WHAT THE TASK ASKS
Only one stretch of the listing below is wanted: every line from the first to the line containing "#106=IFCINDEXEDPOLYGONALFACE((13,15,16,14));", set down exactly.

TASK DATA
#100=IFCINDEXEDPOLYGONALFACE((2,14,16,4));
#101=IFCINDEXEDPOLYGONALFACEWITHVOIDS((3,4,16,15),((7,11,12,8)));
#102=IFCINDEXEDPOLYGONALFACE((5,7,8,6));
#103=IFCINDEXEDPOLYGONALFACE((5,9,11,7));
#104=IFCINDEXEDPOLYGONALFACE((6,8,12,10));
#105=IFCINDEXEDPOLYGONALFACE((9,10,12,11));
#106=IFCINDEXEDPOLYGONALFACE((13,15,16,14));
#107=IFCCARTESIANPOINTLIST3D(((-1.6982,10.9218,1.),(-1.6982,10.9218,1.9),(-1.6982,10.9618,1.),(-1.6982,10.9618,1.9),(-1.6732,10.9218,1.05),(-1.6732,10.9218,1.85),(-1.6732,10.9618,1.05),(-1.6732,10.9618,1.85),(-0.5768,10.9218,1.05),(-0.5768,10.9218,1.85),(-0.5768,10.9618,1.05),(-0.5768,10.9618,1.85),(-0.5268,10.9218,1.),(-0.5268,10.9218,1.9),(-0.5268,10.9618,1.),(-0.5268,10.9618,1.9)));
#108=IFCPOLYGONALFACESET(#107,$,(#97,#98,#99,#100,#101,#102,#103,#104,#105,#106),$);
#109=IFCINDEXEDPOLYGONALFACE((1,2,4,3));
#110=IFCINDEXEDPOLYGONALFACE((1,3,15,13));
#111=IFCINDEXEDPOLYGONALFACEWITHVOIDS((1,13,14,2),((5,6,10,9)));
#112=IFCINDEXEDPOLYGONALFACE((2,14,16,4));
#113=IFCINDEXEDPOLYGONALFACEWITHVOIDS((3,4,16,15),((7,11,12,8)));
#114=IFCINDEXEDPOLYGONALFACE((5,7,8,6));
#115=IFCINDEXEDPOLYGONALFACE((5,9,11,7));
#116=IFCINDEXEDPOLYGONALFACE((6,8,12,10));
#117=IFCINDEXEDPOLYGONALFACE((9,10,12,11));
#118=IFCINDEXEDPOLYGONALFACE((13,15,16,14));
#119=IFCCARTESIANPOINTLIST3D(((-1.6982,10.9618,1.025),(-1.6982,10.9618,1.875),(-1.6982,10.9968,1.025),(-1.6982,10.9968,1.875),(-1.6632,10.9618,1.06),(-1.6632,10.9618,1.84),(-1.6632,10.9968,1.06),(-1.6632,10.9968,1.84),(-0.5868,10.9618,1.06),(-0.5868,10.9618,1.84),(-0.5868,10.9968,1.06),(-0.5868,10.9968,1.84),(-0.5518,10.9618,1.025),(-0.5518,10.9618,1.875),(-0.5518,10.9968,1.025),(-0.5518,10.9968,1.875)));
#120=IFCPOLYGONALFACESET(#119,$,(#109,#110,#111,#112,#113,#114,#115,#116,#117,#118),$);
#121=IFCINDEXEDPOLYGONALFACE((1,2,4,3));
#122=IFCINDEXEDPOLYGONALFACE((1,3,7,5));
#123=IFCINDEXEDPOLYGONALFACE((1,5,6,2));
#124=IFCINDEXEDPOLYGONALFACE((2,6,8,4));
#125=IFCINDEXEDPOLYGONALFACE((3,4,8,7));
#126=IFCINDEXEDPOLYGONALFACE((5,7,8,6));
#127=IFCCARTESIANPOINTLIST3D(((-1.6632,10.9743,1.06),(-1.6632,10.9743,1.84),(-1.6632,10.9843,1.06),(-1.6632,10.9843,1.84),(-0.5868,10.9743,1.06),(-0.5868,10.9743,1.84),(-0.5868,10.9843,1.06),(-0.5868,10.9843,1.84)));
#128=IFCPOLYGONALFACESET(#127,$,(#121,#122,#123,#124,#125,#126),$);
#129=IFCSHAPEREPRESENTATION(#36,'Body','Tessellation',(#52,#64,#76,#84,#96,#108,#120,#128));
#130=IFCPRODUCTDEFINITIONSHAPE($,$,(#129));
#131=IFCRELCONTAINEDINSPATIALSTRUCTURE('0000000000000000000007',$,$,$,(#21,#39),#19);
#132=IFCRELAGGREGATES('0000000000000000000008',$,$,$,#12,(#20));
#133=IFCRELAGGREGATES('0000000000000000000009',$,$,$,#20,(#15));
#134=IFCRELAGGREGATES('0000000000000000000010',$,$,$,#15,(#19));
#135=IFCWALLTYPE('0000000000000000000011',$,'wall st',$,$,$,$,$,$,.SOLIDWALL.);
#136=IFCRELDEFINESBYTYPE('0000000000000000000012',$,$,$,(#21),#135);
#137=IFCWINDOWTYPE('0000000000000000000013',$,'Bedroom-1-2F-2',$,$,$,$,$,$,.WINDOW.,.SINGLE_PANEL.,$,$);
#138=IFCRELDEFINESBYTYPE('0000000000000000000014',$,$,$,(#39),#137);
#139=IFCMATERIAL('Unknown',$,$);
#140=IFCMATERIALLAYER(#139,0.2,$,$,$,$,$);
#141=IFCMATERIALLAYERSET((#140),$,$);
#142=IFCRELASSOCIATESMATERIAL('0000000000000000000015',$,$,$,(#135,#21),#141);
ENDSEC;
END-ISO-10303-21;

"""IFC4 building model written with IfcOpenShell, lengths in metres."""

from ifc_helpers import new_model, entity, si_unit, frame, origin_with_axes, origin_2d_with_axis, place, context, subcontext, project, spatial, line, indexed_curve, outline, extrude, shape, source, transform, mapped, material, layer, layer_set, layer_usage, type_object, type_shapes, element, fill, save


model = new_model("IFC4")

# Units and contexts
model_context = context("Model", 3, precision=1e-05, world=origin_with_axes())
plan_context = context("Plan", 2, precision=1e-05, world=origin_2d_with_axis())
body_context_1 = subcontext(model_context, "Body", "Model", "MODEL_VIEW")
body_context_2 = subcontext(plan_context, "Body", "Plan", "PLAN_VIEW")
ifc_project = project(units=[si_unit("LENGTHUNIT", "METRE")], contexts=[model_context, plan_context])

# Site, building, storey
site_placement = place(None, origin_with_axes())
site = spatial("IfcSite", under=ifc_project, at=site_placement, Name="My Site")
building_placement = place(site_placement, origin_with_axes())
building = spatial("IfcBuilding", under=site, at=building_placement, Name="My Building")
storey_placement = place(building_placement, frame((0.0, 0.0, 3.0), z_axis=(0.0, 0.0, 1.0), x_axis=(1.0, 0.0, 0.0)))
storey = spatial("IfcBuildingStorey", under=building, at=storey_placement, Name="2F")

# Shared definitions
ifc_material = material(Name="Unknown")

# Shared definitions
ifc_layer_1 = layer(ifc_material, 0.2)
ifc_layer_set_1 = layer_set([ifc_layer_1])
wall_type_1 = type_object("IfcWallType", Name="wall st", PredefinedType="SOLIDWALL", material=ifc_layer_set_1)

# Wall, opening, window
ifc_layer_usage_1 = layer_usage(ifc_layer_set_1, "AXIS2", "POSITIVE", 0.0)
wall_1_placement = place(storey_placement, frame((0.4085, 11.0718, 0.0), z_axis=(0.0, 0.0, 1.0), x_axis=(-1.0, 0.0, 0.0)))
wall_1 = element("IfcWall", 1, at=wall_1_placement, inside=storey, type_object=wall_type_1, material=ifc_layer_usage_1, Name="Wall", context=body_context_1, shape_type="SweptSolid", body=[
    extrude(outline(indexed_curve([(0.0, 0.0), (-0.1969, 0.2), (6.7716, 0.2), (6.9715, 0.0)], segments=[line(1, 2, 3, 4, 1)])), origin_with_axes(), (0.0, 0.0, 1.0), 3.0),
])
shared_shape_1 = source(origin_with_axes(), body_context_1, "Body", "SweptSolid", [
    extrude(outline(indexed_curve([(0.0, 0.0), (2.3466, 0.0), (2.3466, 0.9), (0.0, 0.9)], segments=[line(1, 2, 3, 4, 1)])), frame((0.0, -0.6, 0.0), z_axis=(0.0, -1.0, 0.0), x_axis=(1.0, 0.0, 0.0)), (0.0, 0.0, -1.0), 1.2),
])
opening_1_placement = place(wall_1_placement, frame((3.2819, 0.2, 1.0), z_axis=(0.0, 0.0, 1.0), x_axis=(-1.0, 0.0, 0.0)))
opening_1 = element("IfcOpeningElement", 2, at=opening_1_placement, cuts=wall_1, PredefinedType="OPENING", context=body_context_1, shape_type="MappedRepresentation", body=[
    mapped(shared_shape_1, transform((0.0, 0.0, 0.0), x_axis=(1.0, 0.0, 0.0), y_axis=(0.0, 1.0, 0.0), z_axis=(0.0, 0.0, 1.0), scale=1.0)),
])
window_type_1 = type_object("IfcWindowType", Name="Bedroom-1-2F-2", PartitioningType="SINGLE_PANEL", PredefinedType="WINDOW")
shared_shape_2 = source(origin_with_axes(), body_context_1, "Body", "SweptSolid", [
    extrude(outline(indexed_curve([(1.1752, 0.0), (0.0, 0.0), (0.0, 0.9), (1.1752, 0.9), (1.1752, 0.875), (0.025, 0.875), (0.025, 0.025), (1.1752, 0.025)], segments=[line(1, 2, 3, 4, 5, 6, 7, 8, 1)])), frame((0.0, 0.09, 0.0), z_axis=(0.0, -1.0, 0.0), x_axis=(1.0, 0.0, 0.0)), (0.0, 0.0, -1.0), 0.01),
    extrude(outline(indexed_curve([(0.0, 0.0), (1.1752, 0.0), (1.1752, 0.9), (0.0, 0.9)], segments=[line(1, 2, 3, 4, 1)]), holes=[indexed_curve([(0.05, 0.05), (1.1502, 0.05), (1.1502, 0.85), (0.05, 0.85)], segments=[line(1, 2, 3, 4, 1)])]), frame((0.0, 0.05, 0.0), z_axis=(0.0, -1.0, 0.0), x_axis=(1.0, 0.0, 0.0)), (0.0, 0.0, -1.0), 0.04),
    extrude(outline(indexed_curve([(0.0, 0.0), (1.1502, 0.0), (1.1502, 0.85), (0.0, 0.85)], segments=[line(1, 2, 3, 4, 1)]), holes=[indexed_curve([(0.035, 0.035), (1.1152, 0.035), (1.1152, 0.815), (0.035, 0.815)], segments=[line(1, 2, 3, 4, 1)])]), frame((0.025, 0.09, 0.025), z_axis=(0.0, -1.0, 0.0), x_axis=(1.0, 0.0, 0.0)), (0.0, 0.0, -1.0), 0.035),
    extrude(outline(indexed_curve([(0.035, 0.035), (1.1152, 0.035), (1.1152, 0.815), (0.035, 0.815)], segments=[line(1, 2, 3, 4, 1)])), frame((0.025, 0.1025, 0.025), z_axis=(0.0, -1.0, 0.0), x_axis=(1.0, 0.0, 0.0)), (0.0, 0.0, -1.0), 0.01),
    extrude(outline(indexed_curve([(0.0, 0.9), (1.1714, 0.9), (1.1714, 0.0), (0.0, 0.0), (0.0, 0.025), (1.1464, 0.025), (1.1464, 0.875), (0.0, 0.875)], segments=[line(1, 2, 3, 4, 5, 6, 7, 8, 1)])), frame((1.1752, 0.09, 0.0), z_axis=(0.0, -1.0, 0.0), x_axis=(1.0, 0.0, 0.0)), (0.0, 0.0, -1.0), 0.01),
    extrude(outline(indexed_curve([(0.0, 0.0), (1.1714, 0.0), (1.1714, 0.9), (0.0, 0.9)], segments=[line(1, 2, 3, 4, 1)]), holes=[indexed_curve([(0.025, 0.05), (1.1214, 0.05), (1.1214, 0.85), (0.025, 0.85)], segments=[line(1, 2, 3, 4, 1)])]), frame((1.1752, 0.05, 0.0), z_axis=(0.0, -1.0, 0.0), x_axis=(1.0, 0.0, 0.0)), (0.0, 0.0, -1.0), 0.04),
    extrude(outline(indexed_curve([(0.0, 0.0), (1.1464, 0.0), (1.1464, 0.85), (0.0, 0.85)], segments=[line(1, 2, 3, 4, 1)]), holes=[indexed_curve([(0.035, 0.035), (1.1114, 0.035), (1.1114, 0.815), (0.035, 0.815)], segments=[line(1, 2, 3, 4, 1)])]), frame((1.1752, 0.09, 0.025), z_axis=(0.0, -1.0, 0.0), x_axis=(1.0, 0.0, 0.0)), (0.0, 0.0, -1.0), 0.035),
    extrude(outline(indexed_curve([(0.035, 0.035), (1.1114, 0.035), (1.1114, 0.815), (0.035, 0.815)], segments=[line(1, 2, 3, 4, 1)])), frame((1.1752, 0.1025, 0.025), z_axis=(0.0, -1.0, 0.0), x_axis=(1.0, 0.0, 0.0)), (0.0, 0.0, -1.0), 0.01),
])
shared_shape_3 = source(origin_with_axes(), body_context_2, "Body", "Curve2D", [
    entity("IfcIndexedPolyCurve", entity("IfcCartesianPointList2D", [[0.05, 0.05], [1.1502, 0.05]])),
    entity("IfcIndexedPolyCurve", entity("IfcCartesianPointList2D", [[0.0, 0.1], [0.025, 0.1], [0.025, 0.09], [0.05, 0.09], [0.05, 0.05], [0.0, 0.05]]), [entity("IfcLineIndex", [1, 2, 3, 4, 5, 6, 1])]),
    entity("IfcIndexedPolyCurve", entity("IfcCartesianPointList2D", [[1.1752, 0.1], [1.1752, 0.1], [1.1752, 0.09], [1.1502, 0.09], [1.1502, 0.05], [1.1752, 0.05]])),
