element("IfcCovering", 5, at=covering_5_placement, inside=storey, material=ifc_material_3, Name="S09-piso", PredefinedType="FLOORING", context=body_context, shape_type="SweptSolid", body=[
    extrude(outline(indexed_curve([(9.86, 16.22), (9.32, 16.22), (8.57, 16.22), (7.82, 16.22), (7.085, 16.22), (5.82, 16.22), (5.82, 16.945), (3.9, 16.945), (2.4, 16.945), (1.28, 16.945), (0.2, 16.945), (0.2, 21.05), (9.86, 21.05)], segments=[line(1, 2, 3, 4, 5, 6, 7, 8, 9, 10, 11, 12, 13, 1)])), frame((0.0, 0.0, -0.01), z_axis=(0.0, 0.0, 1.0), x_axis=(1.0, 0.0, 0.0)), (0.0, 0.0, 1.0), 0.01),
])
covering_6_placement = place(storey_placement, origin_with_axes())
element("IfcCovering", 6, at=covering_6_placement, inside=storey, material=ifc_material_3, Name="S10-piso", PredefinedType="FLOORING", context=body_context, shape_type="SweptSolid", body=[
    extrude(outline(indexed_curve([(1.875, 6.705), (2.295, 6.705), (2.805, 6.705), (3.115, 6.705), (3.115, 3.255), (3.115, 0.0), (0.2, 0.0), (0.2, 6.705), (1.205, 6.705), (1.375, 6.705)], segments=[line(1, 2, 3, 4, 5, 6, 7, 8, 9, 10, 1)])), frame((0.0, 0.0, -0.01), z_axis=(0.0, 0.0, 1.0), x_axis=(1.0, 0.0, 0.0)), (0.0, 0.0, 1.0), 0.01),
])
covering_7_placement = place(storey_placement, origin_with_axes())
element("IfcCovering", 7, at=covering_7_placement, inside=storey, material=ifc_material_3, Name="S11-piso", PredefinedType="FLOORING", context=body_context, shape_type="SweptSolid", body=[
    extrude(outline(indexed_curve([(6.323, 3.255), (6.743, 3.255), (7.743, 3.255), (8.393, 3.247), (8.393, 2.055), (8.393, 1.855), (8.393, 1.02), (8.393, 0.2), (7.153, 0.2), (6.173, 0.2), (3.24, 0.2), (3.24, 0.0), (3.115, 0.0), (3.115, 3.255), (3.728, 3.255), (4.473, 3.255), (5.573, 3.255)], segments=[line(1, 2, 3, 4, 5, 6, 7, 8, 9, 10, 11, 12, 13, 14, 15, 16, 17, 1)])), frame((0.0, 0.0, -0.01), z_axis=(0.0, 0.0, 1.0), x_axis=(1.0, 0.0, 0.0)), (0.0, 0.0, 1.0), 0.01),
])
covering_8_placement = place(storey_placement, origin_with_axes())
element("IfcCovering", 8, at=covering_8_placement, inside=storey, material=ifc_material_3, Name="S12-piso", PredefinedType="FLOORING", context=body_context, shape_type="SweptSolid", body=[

ANSWER
#100=IFCINDEXEDPOLYGONALFACE((2,14,16,4));
#101=IFCINDEXEDPOLYGONALFACEWITHVOIDS((3,4,16,15),((7,11,12,8)));
#102=IFCINDEXEDPOLYGONALFACE((5,7,8,6));
#103=IFCINDEXEDPOLYGONALFACE((5,9,11,7));
#104=IFCINDEXEDPOLYGONALFACE((6,8,12,10));
#105=IFCINDEXEDPOLYGONALFACE((9,10,12,11));
#106=IFCINDEXEDPOLYGONALFACE((13,15,16,14));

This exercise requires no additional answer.